Comparative results of different models.
| Building | Predict Model | MSE | RMSE (kw) | MAE (kw) | MAPE | R2 |
|---|
| Center Hall | LSTM | 50.3184 | 7.0935 | 5.7571 | 0.06153 | 0.72498 |
| EMD-LSTM | 29.5281 | 5.4340 | 4.4453 | 0.04933 | 0.83861 |
| EEMD-LSTM | 16.9555 | 4.1177 | 3.4980 | 0.03876 | 0.90733 |
| CEEMD-LSTM | 13.9457 | 3.7344 | 3.1399 | 0.03488 | 0.92234 |
| CEEMD-MIWOA-LSTM | 7.30200 | 2.7022 | 2.2392 | 0.02417 | 0.95934 |
| Police Building | LSTM | 4.47520 | 2.1155 | 1.6729 | 0.04653 | 0.47880 |
| EMD-LSTM | 1.69391 | 1.3015 | 0.9964 | 0.02766 | 0.80272 |
| EEMD-LSTM | 1.16190 | 1.0779 | 0.7958 | 0.02231 | 0.86468 |
| CEEMD-LSTM | 0.62332 | 0.7895 | 0.5935 | 0.01676 | 0.92224 |
| CEEMD-MIWOA-LSTM | 0.53549 | 0.7318 | 0.5579 | 0.01554 | 0.93320 |
| Music Building | LSTM | 17.6593 | 4.2023 | 3.1878 | 0.03495 | 0.93308 |
| EMD-LSTM | 8.36300 | 2.8919 | 2.1925 | 0.02444 | 0.96831 |
| EEMD-LSTM | 4.10000 | 2.0248 | 1.6690 | 0.01929 | 0.98446 |
| CEEMD-LSTM | 3.01580 | 1.7366 | 1.3613 | 0.01585 | 0.98849 |
| CEEMD-MIWOA-LSTM | 2.50780 | 1.5836 | 1.2551 | 0.01357 | 0.99043 |
| Student Services | LSTM | 49.1501 | 7.0107 | 5.665 | 0.06031 | 0.73137 |
| EMD-LSTM | 28.9090 | 5.3767 | 4.4017 | 0.04874 | 0.84200 |
| EEMD-LSTM | 18.0506 | 4.2486 | 3.5999 | 0.03996 | 0.90134 |
| CEEMD-LSTM | 13.8806 | 3.7257 | 3.1438 | 0.03474 | 0.92270 |
| CEEMD-MIWOA-LSTM | 7.56890 | 2.7512 | 2.2757 | 0.02422 | 0.95785 |
6. Conclusions
To address the issues of high randomness and volatility in short-term load forecasting of microgrids, which lead to low prediction accuracy, this paper proposes a CEEMD-MIWOA-LSTM hybrid forecasting model. This composite model employs the CEEMD method for the decomposition and reconstruction of raw microgrid load data and effectively suppresses modal aliasing, making the decomposed components more stable and interpretable. The proposed MIWOA solves the defect of traditional optimization algorithms. By improving the WOA, MIWOA has enhanced its global search and local development capabilities. Through testing with the CEC2005 benchmark functions, the proposed MIWOA demonstrated superior convergence capabilities and precision, addressing the shortcomings of traditional optimization algorithms, such as slow convergence speed, poor population diversity, and susceptibility to local optima. After testing and analysis with four practical case studies, the determination coefficient (R2), Root Mean Square Error (RMSE), and mean absolute error (MAE) of the proposed method with advanced methods were compared. The results indicate that the proposed CEEMD-MIWOA-LSTM model achieved the highest R2 and the lowest RMSE and MAE in all four scenarios.
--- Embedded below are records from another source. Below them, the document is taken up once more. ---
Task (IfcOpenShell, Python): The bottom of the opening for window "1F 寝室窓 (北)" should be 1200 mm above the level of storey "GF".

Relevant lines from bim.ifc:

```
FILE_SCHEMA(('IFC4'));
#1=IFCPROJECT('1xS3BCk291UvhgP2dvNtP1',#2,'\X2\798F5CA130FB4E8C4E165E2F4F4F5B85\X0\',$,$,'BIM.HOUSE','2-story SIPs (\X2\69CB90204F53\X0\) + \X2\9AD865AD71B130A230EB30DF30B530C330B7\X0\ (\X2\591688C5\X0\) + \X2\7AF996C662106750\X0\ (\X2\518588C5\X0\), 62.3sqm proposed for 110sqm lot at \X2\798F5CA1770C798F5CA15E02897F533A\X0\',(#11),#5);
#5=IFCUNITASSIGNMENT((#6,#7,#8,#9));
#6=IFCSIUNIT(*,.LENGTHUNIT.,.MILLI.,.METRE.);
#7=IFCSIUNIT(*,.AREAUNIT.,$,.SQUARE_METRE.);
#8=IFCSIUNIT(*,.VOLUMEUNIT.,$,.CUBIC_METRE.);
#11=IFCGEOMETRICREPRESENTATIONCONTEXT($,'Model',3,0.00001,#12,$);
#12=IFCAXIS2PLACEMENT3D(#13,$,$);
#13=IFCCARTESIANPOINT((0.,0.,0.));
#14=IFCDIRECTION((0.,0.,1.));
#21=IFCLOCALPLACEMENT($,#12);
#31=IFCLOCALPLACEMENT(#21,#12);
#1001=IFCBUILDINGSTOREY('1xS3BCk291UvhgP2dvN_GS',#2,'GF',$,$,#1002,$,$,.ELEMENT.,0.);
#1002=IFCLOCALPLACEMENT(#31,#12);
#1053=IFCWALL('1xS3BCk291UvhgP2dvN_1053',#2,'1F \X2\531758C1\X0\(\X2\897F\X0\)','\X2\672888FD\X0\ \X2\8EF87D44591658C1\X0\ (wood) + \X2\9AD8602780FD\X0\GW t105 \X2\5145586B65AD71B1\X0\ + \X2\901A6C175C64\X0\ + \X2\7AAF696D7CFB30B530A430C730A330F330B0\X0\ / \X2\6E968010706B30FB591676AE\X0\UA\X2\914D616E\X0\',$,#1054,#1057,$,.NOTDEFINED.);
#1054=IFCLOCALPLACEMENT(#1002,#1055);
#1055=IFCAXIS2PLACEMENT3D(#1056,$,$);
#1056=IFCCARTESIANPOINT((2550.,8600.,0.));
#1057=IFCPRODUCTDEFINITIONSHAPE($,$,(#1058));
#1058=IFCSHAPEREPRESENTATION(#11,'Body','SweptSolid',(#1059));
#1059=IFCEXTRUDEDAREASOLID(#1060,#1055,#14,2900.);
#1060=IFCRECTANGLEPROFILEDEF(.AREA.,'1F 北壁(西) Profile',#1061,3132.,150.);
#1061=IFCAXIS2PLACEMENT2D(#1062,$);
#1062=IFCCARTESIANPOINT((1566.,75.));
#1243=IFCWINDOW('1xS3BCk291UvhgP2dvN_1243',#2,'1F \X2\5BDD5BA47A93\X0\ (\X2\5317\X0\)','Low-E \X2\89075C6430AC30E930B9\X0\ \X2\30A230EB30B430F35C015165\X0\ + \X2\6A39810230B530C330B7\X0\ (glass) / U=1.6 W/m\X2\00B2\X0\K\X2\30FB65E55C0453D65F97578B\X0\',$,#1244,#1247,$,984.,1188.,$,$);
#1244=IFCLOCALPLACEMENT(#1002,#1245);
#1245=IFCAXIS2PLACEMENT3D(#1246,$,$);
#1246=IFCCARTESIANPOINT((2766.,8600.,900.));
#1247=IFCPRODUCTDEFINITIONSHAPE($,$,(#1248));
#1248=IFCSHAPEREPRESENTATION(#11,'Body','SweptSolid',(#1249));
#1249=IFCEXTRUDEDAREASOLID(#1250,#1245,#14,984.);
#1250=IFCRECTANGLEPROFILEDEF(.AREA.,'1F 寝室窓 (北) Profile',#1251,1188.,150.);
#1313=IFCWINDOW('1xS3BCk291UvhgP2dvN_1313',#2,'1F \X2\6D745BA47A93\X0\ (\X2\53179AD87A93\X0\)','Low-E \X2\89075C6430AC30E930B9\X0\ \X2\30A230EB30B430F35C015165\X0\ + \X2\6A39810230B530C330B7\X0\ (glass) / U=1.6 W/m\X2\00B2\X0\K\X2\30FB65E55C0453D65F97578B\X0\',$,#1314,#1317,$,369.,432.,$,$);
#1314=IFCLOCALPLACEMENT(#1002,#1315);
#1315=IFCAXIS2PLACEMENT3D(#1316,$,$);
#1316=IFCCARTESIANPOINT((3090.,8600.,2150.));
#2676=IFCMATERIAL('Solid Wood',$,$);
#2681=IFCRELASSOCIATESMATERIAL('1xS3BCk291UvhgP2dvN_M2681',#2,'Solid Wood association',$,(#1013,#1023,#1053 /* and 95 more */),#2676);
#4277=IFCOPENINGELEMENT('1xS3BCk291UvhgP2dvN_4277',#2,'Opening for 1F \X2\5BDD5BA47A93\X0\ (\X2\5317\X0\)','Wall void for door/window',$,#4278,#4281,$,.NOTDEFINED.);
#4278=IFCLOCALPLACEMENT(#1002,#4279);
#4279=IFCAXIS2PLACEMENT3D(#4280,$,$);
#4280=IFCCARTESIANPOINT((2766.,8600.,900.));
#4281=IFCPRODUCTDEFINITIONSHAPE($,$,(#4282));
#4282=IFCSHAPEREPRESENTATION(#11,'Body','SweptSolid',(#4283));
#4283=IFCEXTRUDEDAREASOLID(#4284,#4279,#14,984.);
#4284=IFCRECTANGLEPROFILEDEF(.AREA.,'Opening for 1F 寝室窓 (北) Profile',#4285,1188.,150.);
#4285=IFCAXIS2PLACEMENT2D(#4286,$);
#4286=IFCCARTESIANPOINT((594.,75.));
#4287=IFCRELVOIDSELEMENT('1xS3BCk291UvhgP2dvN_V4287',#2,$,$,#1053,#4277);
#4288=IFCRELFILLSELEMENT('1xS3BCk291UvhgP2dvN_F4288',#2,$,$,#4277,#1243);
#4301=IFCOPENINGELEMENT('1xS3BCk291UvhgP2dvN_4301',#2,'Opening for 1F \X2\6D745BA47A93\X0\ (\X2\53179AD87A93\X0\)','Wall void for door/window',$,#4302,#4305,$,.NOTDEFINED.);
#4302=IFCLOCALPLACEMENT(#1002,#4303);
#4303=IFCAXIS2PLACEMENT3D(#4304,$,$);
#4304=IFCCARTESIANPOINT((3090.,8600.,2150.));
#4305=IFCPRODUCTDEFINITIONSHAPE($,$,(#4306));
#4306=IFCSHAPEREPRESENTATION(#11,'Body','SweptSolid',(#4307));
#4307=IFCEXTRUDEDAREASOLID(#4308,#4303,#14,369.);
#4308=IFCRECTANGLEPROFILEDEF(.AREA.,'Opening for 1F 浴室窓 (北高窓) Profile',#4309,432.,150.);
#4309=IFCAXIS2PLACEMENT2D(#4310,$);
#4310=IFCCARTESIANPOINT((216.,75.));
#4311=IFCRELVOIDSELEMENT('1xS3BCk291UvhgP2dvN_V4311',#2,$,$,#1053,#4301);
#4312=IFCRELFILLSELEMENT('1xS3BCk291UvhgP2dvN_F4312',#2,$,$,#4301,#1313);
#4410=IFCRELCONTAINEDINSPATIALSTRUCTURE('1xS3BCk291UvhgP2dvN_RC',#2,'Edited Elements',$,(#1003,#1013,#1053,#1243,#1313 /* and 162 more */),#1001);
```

```python
import numpy as np
import ifcopenshell
import ifcopenshell.api.geometry
import ifcopenshell.geom
import ifcopenshell.util.element
import ifcopenshell.util.placement
import ifcopenshell.util.shape
import ifcopenshell.util.unit

model = ifcopenshell.open("bim.ifc")
unit_scale = ifcopenshell.util.unit.calculate_unit_scale(model)

window = model.by_guid("1xS3BCk291UvhgP2dvN_1243")
opening = window.FillsVoids[0].RelatingOpeningElement
storey = ifcopenshell.util.element.get_container(window, ifc_class="IfcBuildingStorey")
level = ifcopenshell.util.placement.get_local_placement(storey.ObjectPlacement)[2, 3]

# The opening's origin need not be at the sill, so measure its lowest point.
shape = ifcopenshell.geom.create_shape(ifcopenshell.geom.settings(), opening)
bottom = ifcopenshell.util.shape.get_shape_bottom_elevation(shape, shape.geometry) / unit_scale
dz = level + 1.2 / unit_scale - bottom

shift = np.array([0.0, 0.0, dz])
# The window is not placed relative to its opening, so move both.
for product in (opening, window):
    matrix = ifcopenshell.util.placement.get_local_placement(product.ObjectPlacement)
    matrix[:3, 3] += shift
    ifcopenshell.api.geometry.edit_object_placement(model, product=product, matrix=matrix, is_si=False)

print(f"moved by {dz * unit_scale:+.3f} m")

model.write("bim_rev.ifc")
```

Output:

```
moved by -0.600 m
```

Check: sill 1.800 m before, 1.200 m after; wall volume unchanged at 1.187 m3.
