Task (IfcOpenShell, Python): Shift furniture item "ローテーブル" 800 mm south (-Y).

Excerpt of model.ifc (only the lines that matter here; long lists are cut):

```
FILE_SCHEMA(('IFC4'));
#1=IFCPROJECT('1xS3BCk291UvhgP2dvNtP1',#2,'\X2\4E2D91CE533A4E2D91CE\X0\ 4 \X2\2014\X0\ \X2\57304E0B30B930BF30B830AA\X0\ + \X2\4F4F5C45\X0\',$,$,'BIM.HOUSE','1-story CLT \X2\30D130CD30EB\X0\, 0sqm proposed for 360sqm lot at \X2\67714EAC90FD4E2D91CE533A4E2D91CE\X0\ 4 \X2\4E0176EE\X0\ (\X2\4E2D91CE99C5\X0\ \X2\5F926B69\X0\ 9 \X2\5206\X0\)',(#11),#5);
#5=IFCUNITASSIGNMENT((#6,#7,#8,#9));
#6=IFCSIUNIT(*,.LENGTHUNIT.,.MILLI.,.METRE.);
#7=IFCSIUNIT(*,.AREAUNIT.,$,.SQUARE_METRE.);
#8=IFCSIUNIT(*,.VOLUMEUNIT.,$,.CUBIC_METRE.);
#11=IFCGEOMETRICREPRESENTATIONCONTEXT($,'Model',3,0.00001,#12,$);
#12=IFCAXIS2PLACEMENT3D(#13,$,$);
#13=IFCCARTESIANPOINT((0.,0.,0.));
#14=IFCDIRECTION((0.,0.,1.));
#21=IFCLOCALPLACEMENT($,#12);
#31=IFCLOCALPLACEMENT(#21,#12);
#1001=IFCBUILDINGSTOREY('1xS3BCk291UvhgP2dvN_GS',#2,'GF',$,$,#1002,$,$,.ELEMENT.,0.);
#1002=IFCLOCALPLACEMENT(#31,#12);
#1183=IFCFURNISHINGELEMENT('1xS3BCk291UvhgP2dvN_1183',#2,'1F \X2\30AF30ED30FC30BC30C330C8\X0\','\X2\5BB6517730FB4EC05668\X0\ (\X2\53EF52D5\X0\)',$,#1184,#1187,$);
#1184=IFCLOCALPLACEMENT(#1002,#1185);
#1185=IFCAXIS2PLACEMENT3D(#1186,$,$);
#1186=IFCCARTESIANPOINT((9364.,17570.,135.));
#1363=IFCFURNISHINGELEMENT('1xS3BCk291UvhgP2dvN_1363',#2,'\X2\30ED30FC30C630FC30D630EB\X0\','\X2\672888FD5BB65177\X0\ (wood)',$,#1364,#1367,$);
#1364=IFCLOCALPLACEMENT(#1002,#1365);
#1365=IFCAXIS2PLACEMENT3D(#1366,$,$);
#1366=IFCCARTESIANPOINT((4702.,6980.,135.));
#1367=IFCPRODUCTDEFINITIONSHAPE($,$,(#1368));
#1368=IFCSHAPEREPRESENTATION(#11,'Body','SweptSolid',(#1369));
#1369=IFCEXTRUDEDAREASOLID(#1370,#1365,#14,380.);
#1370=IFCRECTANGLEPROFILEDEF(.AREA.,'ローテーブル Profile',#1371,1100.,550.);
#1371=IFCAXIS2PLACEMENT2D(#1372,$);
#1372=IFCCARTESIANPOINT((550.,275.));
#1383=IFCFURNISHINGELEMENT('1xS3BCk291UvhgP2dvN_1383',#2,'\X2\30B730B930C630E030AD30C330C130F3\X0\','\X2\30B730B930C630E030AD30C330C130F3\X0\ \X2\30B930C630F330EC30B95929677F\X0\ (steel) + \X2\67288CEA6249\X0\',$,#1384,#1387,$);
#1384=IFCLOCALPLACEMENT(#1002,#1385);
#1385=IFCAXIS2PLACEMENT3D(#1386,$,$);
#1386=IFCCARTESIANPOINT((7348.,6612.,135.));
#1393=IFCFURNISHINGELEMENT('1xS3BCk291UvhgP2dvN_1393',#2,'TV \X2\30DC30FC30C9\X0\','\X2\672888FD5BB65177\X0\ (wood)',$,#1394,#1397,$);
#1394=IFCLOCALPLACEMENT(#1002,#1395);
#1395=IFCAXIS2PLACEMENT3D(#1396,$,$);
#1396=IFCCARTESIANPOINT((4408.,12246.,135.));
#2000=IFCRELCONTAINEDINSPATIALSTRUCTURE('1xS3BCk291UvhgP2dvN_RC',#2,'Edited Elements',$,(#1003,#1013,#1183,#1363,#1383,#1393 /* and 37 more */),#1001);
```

```python
import ifcopenshell
import ifcopenshell.api.geometry
import ifcopenshell.util.placement
import ifcopenshell.util.unit

model = ifcopenshell.open("model.ifc")
unit_scale = ifcopenshell.util.unit.calculate_unit_scale(model)

item = model.by_id(1363)
matrix = ifcopenshell.util.placement.get_local_placement(item.ObjectPlacement)
matrix[1, 3] -= 0.8 / unit_scale
ifcopenshell.api.geometry.edit_object_placement(model, product=item, matrix=matrix, is_si=False)

print(ifcopenshell.util.placement.get_local_placement(item.ObjectPlacement).round(3) + 0.0)

model.write("model_edited.ifc")
```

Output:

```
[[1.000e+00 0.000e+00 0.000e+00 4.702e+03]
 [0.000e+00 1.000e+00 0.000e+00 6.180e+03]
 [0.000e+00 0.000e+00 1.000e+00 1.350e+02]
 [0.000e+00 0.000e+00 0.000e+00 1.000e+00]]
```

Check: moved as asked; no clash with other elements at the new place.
For example, in a central hall scenario with significant fluctuations, the proposed model’s R2 (0.95934) increased by 3.8% compared to CEEMD-LSTM (0.92234), 5.4% compared to EEMD-LSTM (0.90733), and 12.5% compared to EMD-GRU (0.83861); in the music hall scene with load patterns, the R2 (0.99043) of the proposed model improved by 0.2% compared to CEEMD-LSTM (0.98849) and 0.6% compared to EEMD-LSTM (0.98446), indicating that the proposed method has significant advantages in prediction accuracy.
Although the model proposed in this paper has achieved good results in short-term load forecasting of micro-grids, in the future, more advanced optimization algorithms can be explored to reduce the time consumption and adapt to the dynamic characteristics. Secondly, in the future, the impact of extreme weather (such as strong storms, high temperatures) and emergencies (such as large-scale events in public buildings, equipment failures) on microgrid load can be considered to capture the laws of load changes. Finally, the interpretability of the model can be further explored.